- **Task item**: Which lines of the entries contain the word "IFCCARTESIANPOINT"? Please list them.

....................

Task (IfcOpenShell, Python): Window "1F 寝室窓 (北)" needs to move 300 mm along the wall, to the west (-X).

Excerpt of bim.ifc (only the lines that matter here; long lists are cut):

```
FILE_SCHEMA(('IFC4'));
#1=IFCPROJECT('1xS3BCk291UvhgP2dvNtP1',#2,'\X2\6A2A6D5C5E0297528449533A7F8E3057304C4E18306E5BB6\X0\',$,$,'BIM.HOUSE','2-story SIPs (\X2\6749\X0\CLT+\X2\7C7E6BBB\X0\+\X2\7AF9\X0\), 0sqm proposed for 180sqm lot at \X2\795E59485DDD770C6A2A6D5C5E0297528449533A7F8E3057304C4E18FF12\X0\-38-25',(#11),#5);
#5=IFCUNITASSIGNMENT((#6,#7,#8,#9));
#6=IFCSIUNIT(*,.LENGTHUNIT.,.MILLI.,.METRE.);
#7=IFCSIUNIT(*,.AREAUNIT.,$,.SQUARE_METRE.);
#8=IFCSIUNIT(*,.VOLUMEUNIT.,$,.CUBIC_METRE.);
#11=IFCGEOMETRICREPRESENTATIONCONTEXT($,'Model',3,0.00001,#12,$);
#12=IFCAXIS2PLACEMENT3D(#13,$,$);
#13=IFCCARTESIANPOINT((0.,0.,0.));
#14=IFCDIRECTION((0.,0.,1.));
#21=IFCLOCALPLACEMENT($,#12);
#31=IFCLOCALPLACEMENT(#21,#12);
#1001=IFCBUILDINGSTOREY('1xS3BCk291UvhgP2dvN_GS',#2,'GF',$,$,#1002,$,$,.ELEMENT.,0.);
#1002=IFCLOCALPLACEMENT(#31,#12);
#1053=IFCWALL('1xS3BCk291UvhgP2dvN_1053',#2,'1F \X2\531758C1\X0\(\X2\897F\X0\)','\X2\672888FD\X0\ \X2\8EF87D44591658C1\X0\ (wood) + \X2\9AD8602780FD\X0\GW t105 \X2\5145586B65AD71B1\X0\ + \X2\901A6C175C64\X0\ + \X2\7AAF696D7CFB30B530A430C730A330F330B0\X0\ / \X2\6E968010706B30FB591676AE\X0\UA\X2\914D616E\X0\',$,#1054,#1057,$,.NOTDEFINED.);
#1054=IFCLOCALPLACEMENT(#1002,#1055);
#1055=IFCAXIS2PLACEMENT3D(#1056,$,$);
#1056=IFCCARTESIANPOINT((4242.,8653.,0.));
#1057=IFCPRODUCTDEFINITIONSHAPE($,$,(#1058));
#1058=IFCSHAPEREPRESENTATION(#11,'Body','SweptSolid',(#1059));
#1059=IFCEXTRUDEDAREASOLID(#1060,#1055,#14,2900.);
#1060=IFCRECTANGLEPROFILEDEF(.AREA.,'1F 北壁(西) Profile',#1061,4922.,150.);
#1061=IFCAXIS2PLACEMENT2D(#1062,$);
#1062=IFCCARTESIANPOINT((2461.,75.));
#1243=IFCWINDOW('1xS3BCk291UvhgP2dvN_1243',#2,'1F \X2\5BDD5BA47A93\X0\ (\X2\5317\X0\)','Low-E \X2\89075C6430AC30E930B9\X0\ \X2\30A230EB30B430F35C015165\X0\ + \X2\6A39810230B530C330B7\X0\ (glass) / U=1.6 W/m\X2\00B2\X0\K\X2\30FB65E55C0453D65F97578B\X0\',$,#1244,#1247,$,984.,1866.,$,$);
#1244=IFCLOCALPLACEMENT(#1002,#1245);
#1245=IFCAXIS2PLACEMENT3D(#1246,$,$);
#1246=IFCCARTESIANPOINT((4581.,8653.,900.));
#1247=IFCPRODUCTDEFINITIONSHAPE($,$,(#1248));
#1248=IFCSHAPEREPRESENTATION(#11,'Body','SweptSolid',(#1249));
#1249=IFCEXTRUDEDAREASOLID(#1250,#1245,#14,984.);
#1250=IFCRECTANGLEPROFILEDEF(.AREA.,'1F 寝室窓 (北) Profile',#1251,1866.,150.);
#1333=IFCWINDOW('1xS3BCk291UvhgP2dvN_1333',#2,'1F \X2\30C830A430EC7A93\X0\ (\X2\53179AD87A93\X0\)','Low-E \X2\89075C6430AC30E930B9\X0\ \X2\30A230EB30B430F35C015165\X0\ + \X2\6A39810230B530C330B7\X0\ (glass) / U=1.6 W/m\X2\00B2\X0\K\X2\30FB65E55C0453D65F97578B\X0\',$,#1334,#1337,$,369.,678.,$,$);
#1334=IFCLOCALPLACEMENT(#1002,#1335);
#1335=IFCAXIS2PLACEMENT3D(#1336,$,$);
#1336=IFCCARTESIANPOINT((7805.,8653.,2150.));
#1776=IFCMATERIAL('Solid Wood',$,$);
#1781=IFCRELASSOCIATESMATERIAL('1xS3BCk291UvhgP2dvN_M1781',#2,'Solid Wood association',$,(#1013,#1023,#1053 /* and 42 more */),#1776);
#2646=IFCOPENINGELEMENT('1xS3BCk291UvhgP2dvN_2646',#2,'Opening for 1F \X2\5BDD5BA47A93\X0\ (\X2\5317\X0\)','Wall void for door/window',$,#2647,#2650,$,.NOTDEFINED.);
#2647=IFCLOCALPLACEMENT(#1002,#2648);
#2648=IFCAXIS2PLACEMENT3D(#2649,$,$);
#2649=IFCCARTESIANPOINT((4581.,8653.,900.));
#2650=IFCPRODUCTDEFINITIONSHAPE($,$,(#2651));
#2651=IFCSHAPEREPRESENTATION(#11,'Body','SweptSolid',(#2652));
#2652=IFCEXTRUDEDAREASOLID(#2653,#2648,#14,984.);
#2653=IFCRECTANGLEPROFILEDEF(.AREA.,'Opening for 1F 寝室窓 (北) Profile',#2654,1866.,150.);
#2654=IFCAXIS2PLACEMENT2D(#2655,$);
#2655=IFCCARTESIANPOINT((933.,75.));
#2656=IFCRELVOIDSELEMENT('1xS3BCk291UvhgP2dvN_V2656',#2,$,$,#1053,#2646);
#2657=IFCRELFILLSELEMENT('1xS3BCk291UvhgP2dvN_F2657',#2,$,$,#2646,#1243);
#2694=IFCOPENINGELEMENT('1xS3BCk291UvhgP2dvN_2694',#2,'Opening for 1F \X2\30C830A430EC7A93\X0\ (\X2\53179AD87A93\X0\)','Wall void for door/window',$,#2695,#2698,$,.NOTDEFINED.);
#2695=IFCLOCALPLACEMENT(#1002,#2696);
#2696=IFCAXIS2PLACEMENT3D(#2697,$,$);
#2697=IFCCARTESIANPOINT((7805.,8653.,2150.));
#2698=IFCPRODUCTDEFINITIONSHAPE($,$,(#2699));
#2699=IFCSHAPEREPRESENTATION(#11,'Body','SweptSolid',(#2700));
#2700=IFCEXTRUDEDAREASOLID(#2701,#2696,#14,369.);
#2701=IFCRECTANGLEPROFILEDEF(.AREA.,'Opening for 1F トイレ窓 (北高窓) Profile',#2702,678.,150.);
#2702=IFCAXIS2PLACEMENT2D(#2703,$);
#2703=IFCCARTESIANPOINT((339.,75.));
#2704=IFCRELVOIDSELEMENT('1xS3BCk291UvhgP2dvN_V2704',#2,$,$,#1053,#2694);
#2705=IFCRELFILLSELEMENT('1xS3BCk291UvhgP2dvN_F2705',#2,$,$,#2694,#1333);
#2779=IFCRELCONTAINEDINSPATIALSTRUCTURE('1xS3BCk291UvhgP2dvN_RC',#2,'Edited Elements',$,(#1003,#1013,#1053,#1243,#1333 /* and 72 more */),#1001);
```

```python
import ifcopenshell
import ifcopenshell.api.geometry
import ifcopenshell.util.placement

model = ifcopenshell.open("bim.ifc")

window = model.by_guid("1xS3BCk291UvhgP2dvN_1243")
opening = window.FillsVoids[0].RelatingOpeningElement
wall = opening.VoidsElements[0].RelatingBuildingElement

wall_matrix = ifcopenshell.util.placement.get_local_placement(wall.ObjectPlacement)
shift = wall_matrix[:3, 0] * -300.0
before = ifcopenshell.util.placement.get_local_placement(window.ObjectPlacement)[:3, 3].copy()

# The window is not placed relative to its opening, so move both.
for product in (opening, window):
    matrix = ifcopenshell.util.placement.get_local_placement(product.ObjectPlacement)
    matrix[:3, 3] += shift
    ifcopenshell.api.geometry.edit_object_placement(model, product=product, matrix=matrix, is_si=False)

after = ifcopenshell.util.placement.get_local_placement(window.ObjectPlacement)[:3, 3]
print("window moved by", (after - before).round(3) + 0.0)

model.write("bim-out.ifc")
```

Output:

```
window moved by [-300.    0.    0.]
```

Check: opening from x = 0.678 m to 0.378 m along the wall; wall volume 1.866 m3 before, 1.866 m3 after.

....................

- **Task result**:
#13=IFCCARTESIANPOINT((0.,0.,0.));
#1056=IFCCARTESIANPOINT((4242.,8653.,0.));
#1062=IFCCARTESIANPOINT((2461.,75.));
#1246=IFCCARTESIANPOINT((4581.,8653.,900.));
#1336=IFCCARTESIANPOINT((7805.,8653.,2150.));
#2649=IFCCARTESIANPOINT((4581.,8653.,900.));
#2655=IFCCARTESIANPOINT((933.,75.));
#2697=IFCCARTESIANPOINT((7805.,8653.,2150.));
#2703=IFCCARTESIANPOINT((339.,75.));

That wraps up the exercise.